Example of use case for a private / public mix : Sawtooth chain monitoring sea fishing.

6 — The maturity of the projects

This point is very important. At present, the blockchain ecosystem is exploding. Some teams sell dreams but not everyone is an expert and their technology is not always revolutionary, just forks / copies or ethereum erc20 tokens.
Check the stars on github projects (open source projects are better for your blockchain experience, in order to understand the code), check the quantity and quality of the docs.
Check the languages ​​of the SDK to see if they are compatible with your team skills (eg doc Neo in Chinese). Explore ecosystem tools such as chain explorers to track transactions or blockchain state dashboards to see node workloads.
Another important point is the ease of installation. Prefer docker projects for easier cloud deployment.
Also check out investors on these projects like IBM or Intel.

Here is a list of the best projects we have tested that respect all these principles :


7 — SDK

If you want to interact with your chain, you will need an SDK. They are not always in the same language as the blockchain core, so look for the technology that best fits your teams. Most of the time, you will find Java SDKs and Node.js, sometimes Go or DotNet.

8 —Cloud providers

Some vendors are starting to offer blockchain cloud instances with graphical management. For example, you can deploy private ethereum or hyperledger strings on Azure. The IBM cloud also provides hyperledger instances with the Hyperledger Composer Management System.

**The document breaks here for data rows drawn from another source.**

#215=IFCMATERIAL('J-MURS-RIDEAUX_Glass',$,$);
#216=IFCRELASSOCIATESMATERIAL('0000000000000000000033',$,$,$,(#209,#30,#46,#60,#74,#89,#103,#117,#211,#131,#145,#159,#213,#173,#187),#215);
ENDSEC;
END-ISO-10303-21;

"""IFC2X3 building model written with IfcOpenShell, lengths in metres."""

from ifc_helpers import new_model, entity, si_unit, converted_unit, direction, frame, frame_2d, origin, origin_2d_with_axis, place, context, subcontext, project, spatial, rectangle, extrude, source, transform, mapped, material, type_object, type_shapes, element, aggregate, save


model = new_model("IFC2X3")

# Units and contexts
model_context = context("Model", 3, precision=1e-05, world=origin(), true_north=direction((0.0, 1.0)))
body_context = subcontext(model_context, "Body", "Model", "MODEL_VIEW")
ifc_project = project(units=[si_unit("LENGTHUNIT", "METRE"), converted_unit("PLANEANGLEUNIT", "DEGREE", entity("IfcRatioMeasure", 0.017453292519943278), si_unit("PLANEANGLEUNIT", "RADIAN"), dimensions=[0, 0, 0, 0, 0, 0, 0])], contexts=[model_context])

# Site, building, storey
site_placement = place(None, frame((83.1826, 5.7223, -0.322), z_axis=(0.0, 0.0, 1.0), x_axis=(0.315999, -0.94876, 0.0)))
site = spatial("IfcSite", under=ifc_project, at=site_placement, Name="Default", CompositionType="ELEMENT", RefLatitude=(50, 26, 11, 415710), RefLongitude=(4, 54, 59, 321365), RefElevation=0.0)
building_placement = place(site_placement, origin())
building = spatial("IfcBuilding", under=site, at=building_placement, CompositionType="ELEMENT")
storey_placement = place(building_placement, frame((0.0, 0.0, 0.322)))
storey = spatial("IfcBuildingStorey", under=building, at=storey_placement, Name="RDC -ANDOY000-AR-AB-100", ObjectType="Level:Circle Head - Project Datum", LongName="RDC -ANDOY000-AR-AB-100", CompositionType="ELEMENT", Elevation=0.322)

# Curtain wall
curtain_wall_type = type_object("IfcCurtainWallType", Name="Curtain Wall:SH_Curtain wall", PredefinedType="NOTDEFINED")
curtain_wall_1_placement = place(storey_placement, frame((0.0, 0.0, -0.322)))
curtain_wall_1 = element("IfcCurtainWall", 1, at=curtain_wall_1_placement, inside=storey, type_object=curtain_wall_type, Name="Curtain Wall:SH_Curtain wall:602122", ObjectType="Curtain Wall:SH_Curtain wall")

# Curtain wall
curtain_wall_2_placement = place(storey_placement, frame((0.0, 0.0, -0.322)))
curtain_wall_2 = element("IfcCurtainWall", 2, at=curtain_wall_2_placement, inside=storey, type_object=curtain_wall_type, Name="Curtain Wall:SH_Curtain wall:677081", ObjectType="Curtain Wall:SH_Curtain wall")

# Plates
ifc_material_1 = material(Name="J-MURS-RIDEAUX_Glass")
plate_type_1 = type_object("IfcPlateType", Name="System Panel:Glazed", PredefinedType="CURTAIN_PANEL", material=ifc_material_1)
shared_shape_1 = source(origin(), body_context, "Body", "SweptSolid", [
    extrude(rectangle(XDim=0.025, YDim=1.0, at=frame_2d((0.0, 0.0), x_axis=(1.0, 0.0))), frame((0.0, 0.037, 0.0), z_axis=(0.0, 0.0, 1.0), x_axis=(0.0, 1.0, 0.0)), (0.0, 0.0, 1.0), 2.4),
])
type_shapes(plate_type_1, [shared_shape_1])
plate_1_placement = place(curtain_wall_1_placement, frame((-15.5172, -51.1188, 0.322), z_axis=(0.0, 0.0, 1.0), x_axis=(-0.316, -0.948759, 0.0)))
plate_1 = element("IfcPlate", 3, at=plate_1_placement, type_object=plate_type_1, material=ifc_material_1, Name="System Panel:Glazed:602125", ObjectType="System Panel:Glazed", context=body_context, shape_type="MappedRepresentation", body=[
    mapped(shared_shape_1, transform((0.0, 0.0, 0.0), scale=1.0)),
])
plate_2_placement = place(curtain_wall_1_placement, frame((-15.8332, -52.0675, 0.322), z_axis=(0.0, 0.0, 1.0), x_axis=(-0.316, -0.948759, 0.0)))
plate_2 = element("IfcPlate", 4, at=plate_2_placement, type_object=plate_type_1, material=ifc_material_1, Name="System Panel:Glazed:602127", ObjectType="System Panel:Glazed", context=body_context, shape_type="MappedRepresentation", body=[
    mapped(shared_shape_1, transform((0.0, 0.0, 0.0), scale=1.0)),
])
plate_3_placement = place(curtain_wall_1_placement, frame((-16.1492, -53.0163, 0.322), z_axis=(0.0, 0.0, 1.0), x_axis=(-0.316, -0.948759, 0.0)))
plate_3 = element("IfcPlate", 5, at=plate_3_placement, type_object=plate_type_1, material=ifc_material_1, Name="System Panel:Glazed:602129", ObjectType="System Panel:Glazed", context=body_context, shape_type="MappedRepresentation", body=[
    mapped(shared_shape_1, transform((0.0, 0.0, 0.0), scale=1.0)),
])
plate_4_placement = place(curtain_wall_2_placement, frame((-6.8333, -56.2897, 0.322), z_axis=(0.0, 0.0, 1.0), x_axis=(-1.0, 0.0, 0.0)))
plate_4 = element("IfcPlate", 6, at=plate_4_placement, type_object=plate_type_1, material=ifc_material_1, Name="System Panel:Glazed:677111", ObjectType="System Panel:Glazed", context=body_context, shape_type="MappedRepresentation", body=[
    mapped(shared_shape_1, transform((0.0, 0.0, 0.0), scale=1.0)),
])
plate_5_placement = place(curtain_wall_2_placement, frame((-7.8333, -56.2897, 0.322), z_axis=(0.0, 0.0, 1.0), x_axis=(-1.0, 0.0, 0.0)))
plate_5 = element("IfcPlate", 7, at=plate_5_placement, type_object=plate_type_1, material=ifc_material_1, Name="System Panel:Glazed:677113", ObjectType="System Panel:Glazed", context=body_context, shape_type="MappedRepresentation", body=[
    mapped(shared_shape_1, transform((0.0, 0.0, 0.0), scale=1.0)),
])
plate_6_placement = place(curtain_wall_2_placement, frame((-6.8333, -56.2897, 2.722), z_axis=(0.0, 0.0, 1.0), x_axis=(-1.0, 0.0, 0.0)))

9 — Side chains / Channels

You may need a way to separate the blocks from your channel because you may not want to mix all the data, or some users should not have access to the resources defined by some people. But you do not want to use a new network for that. Some technologies handle this problem with parallel chain systems or separate channels :


10 — Use cases

Maybe some inspiration would be welcome for some blockchain use cases. There are more and more everyday, here is a list of the most common:

Traceability of food / industry (fish, meat, milk, dental prostheses, airplane parts, …). Ex: Sawtooth
Exchanges of goods (Energy, Virtual Currency, MarketPlace). Ex: Naga Coin
Uniqueness / Artistic protection / DRM (photos, music, films, ..): Ex: Kodak

Another small list of use boxes below :

11 —Your own implementation ?

The last but not the least option is to develop your own blockchain implementation. It will allow you to apprehend the low level concepts and you will be able to conceive it entirely according to your needs. But be very careful with security, because a corrupted chain may require a fork to catch errors type hacking (injection of blocks) that is not always easy to achieve with a network of important minors (need to have a consensus on the network to accept a new version).
Here you will find a small example.

12— Synthesis

In this article we have evoked many technical points. Here is a table summarizing the technologies we have experienced for a blockchain POC with smart contracts :

When we did our tests, it quickly became apparent that not all projects are at the same point of maturity. That’s why this table does not have many entries. The chain we selected for our use case is HyperLedger. This private system is very well documented, and has the advantage of not requiring the management of a cryptocurrency. However, it requires deploying nodes.
Each case is different, for you to find the best solution for your project. The blockchain concept is fascinating, and this may be the next revolution in the web, so do not miss the turning point!